▸ Problem details
Once you find the line with "Request for model.ifc: Add" in the data that follows, repeat it and every line after it exactly, through the line with "Check: 43 elements".

(Stored data entries)
================================
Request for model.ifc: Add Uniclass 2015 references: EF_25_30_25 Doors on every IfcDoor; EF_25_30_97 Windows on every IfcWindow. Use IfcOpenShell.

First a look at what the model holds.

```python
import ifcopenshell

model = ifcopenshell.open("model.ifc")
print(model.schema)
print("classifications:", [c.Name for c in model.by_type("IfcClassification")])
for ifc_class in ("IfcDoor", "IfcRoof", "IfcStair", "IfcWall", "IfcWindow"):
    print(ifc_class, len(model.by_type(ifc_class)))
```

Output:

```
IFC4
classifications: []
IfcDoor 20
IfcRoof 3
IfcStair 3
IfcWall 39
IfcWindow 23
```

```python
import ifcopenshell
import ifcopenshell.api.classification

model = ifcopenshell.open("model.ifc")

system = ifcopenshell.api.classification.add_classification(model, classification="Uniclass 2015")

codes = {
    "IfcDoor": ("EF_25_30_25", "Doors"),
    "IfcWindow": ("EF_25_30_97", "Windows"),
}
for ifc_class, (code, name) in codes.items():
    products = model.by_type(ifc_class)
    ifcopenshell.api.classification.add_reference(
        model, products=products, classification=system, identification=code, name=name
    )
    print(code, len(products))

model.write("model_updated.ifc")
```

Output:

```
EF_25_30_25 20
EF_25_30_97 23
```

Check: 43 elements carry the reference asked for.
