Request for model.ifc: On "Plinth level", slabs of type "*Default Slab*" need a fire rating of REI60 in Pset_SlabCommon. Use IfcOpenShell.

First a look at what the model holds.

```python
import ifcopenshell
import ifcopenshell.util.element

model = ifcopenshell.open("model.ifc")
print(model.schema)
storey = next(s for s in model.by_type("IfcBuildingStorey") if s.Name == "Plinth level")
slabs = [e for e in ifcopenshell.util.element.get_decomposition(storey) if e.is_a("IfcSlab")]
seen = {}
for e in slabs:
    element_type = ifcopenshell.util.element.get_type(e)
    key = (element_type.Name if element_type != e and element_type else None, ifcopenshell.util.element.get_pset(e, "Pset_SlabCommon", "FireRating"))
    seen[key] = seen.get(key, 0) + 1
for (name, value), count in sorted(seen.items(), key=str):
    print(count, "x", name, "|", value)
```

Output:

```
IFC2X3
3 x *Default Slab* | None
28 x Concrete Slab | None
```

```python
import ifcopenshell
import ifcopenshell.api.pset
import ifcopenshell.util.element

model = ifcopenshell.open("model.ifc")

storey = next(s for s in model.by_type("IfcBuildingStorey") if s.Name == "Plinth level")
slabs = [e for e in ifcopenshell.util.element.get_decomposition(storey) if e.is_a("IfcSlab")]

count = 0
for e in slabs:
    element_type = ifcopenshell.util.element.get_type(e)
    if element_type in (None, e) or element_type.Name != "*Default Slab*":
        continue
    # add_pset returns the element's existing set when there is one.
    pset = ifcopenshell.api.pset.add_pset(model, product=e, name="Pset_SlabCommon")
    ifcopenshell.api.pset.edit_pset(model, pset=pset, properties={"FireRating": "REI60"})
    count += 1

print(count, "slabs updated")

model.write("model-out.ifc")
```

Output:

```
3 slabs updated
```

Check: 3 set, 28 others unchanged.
================================
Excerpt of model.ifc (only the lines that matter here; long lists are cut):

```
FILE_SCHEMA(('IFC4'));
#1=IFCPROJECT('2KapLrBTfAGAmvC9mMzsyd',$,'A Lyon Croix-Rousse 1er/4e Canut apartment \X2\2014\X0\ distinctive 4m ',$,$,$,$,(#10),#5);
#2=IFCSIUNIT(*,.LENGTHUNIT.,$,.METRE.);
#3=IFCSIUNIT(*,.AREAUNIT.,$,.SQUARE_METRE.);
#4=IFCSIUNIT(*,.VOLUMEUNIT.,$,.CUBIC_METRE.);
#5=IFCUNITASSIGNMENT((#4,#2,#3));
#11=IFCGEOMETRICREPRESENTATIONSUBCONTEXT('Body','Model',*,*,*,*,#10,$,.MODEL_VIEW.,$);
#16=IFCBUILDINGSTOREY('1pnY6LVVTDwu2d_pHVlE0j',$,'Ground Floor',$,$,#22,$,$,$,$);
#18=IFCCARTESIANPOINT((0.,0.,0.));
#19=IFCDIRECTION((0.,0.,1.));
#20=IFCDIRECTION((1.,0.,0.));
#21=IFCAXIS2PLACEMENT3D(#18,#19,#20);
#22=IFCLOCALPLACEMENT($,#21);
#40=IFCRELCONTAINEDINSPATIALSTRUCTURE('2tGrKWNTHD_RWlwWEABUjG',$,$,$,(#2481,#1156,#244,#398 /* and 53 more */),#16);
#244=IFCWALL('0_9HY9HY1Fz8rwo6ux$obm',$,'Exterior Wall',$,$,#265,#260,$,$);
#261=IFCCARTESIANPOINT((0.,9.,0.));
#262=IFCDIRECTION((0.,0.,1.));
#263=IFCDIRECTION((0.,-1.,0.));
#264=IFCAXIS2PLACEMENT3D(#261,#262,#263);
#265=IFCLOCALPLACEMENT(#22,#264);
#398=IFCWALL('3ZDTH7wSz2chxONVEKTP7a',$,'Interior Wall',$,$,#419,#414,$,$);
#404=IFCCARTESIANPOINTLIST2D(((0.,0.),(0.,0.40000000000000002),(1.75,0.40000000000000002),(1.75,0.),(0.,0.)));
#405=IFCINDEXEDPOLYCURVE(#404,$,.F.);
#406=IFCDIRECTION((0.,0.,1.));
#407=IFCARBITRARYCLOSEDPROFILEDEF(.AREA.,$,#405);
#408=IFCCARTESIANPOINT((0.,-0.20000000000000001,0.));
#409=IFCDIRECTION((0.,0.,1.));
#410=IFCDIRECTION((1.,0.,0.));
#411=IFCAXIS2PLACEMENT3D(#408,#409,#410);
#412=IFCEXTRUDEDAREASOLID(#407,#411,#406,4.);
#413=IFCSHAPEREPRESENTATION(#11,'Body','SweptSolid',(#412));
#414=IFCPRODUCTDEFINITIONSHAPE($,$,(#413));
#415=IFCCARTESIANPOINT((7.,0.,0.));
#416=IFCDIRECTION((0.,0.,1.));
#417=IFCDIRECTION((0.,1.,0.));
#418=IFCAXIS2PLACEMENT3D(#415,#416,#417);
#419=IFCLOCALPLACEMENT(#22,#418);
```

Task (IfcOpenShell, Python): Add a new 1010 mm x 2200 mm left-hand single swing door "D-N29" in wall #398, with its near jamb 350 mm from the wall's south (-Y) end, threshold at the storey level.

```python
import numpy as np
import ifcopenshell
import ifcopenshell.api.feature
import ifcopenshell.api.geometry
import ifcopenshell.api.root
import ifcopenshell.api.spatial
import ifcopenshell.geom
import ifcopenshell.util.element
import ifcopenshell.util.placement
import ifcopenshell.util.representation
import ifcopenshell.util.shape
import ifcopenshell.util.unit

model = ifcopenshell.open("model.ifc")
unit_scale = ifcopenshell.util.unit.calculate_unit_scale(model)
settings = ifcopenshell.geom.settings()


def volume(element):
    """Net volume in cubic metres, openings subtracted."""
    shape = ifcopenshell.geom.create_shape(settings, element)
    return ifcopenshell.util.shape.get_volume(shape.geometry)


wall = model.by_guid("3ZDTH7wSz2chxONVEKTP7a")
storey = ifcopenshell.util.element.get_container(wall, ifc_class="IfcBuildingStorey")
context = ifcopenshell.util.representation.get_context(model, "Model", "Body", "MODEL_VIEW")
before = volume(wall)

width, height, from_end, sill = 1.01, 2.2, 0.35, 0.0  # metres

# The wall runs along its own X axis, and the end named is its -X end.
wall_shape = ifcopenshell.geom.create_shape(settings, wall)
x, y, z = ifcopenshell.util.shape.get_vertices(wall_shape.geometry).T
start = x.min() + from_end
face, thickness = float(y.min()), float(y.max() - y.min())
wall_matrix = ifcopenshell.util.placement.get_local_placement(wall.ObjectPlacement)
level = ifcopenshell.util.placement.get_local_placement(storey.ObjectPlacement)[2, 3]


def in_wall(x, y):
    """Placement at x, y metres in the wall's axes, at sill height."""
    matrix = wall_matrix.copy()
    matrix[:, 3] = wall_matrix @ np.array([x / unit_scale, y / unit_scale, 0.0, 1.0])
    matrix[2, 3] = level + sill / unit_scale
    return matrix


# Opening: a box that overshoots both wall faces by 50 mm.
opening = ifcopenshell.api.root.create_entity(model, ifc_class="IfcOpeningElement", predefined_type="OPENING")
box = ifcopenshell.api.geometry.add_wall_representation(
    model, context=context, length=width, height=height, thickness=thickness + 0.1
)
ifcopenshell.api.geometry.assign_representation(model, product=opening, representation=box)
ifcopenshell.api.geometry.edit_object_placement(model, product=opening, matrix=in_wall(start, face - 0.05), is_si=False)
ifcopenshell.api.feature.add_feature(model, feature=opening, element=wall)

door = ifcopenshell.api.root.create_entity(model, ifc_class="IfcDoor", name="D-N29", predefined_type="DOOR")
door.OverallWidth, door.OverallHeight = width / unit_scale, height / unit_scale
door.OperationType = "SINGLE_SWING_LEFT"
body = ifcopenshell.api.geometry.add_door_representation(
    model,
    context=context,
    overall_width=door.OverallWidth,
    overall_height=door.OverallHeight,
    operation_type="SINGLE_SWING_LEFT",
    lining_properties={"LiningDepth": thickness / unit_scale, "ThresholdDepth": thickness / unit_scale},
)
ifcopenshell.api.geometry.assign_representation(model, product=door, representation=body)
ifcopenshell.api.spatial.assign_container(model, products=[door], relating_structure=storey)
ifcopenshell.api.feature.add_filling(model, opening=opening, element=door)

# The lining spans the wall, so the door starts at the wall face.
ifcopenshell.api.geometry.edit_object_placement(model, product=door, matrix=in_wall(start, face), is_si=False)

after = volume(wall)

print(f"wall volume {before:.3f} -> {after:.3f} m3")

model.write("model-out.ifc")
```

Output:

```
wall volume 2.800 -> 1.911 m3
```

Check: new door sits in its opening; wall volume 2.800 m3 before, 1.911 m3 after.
================================
▸ Completed task
Request for model.ifc: Add Uniclass 2015 references: EF_25_30_25 Doors on every IfcDoor; EF_25_30_97 Windows on every IfcWindow. Use IfcOpenShell.

First a look at what the model holds.

```python
import ifcopenshell

model = ifcopenshell.open("model.ifc")
print(model.schema)
print("classifications:", [c.Name for c in model.by_type("IfcClassification")])
for ifc_class in ("IfcDoor", "IfcRoof", "IfcStair", "IfcWall", "IfcWindow"):
    print(ifc_class, len(model.by_type(ifc_class)))
```

Output:

```
IFC4
classifications: []
IfcDoor 20
IfcRoof 3
IfcStair 3
IfcWall 39
IfcWindow 23
```

```python
import ifcopenshell
import ifcopenshell.api.classification

model = ifcopenshell.open("model.ifc")

system = ifcopenshell.api.classification.add_classification(model, classification="Uniclass 2015")

codes = {
    "IfcDoor": ("EF_25_30_25", "Doors"),
    "IfcWindow": ("EF_25_30_97", "Windows"),
}
for ifc_class, (code, name) in codes.items():
    products = model.by_type(ifc_class)
    ifcopenshell.api.classification.add_reference(
        model, products=products, classification=system, identification=code, name=name
    )
    print(code, len(products))

model.write("model_updated.ifc")
```

Output:

```
EF_25_30_25 20
EF_25_30_97 23
```

Check: 43 elements carry the reference asked for.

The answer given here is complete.